*Material supplied:*

════

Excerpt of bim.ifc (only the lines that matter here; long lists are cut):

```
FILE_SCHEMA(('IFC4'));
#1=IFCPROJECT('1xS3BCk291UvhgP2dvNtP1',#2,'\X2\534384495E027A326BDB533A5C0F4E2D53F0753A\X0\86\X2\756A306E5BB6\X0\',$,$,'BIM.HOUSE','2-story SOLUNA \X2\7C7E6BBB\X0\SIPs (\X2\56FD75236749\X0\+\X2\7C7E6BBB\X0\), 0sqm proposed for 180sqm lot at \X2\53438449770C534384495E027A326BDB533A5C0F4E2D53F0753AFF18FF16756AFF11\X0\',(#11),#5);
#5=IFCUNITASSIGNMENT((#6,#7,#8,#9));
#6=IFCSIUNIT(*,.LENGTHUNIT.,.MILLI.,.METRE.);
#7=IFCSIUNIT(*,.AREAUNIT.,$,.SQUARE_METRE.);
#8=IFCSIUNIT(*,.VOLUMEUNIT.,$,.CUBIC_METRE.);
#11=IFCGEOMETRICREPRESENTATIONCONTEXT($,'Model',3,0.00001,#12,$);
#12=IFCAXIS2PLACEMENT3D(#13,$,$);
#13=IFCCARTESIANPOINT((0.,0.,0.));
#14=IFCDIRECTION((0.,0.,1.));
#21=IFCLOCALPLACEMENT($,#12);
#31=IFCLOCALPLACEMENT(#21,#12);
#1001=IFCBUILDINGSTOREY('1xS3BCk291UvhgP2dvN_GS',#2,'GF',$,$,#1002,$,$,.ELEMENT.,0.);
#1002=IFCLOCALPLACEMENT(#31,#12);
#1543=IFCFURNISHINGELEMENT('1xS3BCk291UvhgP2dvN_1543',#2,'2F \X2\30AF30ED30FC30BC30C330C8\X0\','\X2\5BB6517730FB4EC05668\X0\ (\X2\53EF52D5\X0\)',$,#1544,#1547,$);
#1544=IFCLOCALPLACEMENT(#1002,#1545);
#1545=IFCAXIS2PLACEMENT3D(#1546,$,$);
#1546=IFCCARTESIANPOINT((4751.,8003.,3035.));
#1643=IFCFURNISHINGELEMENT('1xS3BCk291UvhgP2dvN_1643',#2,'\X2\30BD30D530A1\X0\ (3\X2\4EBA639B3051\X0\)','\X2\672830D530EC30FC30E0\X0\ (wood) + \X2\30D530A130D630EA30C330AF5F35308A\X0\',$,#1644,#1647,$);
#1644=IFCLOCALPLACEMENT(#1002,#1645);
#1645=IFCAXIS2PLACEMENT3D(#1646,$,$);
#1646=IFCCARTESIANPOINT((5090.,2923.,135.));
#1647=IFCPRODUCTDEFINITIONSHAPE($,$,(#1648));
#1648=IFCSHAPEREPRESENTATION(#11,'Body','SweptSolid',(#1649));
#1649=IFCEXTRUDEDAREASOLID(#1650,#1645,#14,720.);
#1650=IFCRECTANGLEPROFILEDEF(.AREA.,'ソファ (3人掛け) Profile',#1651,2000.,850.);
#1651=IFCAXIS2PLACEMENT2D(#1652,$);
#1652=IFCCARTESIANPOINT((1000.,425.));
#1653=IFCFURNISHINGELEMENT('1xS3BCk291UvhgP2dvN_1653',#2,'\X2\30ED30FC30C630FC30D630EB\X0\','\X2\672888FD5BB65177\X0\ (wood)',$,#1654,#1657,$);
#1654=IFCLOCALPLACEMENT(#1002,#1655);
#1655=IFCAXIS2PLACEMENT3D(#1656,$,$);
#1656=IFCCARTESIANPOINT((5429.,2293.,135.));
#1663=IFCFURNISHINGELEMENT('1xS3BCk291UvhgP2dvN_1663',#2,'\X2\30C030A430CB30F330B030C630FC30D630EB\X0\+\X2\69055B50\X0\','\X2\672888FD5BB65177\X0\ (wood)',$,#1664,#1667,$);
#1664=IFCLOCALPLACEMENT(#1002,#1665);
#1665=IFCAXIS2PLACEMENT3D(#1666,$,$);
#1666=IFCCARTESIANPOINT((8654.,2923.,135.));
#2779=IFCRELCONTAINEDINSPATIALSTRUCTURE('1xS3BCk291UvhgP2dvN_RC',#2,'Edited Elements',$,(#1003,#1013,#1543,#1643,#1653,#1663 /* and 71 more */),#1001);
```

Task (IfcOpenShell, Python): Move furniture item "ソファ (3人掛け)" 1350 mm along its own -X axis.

```python
import ifcopenshell
import ifcopenshell.api.geometry
import ifcopenshell.util.placement

model = ifcopenshell.open("bim.ifc")

item = model.by_id(1643)
matrix = ifcopenshell.util.placement.get_local_placement(item.ObjectPlacement)
matrix[:3, 3] -= matrix[:3, 0] * 1350.0
ifcopenshell.api.geometry.edit_object_placement(model, product=item, matrix=matrix, is_si=False)

print(ifcopenshell.util.placement.get_local_placement(item.ObjectPlacement).round(3) + 0.0)

model.write("bim_updated.ifc")
```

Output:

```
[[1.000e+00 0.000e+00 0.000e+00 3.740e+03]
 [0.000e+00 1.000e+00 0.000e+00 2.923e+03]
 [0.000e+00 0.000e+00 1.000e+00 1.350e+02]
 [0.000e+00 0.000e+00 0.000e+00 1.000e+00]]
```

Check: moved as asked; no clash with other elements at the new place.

════

*Task:* The answer must consist of every entry, set down exactly as given.

*Result for this exercise:*
Excerpt of bim.ifc (only the lines that matter here; long lists are cut):

```
FILE_SCHEMA(('IFC4'));
#1=IFCPROJECT('1xS3BCk291UvhgP2dvNtP1',#2,'\X2\534384495E027A326BDB533A5C0F4E2D53F0753A\X0\86\X2\756A306E5BB6\X0\',$,$,'BIM.HOUSE','2-story SOLUNA \X2\7C7E6BBB\X0\SIPs (\X2\56FD75236749\X0\+\X2\7C7E6BBB\X0\), 0sqm proposed for 180sqm lot at \X2\53438449770C534384495E027A326BDB533A5C0F4E2D53F0753AFF18FF16756AFF11\X0\',(#11),#5);
#5=IFCUNITASSIGNMENT((#6,#7,#8,#9));
#6=IFCSIUNIT(*,.LENGTHUNIT.,.MILLI.,.METRE.);
#7=IFCSIUNIT(*,.AREAUNIT.,$,.SQUARE_METRE.);
#8=IFCSIUNIT(*,.VOLUMEUNIT.,$,.CUBIC_METRE.);
#11=IFCGEOMETRICREPRESENTATIONCONTEXT($,'Model',3,0.00001,#12,$);
#12=IFCAXIS2PLACEMENT3D(#13,$,$);
#13=IFCCARTESIANPOINT((0.,0.,0.));
#14=IFCDIRECTION((0.,0.,1.));
#21=IFCLOCALPLACEMENT($,#12);
#31=IFCLOCALPLACEMENT(#21,#12);
#1001=IFCBUILDINGSTOREY('1xS3BCk291UvhgP2dvN_GS',#2,'GF',$,$,#1002,$,$,.ELEMENT.,0.);
#1002=IFCLOCALPLACEMENT(#31,#12);
#1543=IFCFURNISHINGELEMENT('1xS3BCk291UvhgP2dvN_1543',#2,'2F \X2\30AF30ED30FC30BC30C330C8\X0\','\X2\5BB6517730FB4EC05668\X0\ (\X2\53EF52D5\X0\)',$,#1544,#1547,$);
#1544=IFCLOCALPLACEMENT(#1002,#1545);
#1545=IFCAXIS2PLACEMENT3D(#1546,$,$);
#1546=IFCCARTESIANPOINT((4751.,8003.,3035.));
#1643=IFCFURNISHINGELEMENT('1xS3BCk291UvhgP2dvN_1643',#2,'\X2\30BD30D530A1\X0\ (3\X2\4EBA639B3051\X0\)','\X2\672830D530EC30FC30E0\X0\ (wood) + \X2\30D530A130D630EA30C330AF5F35308A\X0\',$,#1644,#1647,$);
#1644=IFCLOCALPLACEMENT(#1002,#1645);
#1645=IFCAXIS2PLACEMENT3D(#1646,$,$);
#1646=IFCCARTESIANPOINT((5090.,2923.,135.));
#1647=IFCPRODUCTDEFINITIONSHAPE($,$,(#1648));
#1648=IFCSHAPEREPRESENTATION(#11,'Body','SweptSolid',(#1649));
#1649=IFCEXTRUDEDAREASOLID(#1650,#1645,#14,720.);
#1650=IFCRECTANGLEPROFILEDEF(.AREA.,'ソファ (3人掛け) Profile',#1651,2000.,850.);
#1651=IFCAXIS2PLACEMENT2D(#1652,$);
#1652=IFCCARTESIANPOINT((1000.,425.));
#1653=IFCFURNISHINGELEMENT('1xS3BCk291UvhgP2dvN_1653',#2,'\X2\30ED30FC30C630FC30D630EB\X0\','\X2\672888FD5BB65177\X0\ (wood)',$,#1654,#1657,$);
#1654=IFCLOCALPLACEMENT(#1002,#1655);
#1655=IFCAXIS2PLACEMENT3D(#1656,$,$);
#1656=IFCCARTESIANPOINT((5429.,2293.,135.));
#1663=IFCFURNISHINGELEMENT('1xS3BCk291UvhgP2dvN_1663',#2,'\X2\30C030A430CB30F330B030C630FC30D630EB\X0\+\X2\69055B50\X0\','\X2\672888FD5BB65177\X0\ (wood)',$,#1664,#1667,$);
#1664=IFCLOCALPLACEMENT(#1002,#1665);
#1665=IFCAXIS2PLACEMENT3D(#1666,$,$);
#1666=IFCCARTESIANPOINT((8654.,2923.,135.));
#2779=IFCRELCONTAINEDINSPATIALSTRUCTURE('1xS3BCk291UvhgP2dvN_RC',#2,'Edited Elements',$,(#1003,#1013,#1543,#1643,#1653,#1663 /* and 71 more */),#1001);
```

Task (IfcOpenShell, Python): Move furniture item "ソファ (3人掛け)" 1350 mm along its own -X axis.

```python
import ifcopenshell
import ifcopenshell.api.geometry
import ifcopenshell.util.placement

model = ifcopenshell.open("bim.ifc")

item = model.by_id(1643)
matrix = ifcopenshell.util.placement.get_local_placement(item.ObjectPlacement)
matrix[:3, 3] -= matrix[:3, 0] * 1350.0
ifcopenshell.api.geometry.edit_object_placement(model, product=item, matrix=matrix, is_si=False)

print(ifcopenshell.util.placement.get_local_placement(item.ObjectPlacement).round(3) + 0.0)

model.write("bim_updated.ifc")
```

Output:

```
[[1.000e+00 0.000e+00 0.000e+00 3.740e+03]
 [0.000e+00 1.000e+00 0.000e+00 2.923e+03]
 [0.000e+00 0.000e+00 1.000e+00 1.350e+02]
 [0.000e+00 0.000e+00 0.000e+00 1.000e+00]]
```

Check: moved as asked; no clash with other elements at the new place.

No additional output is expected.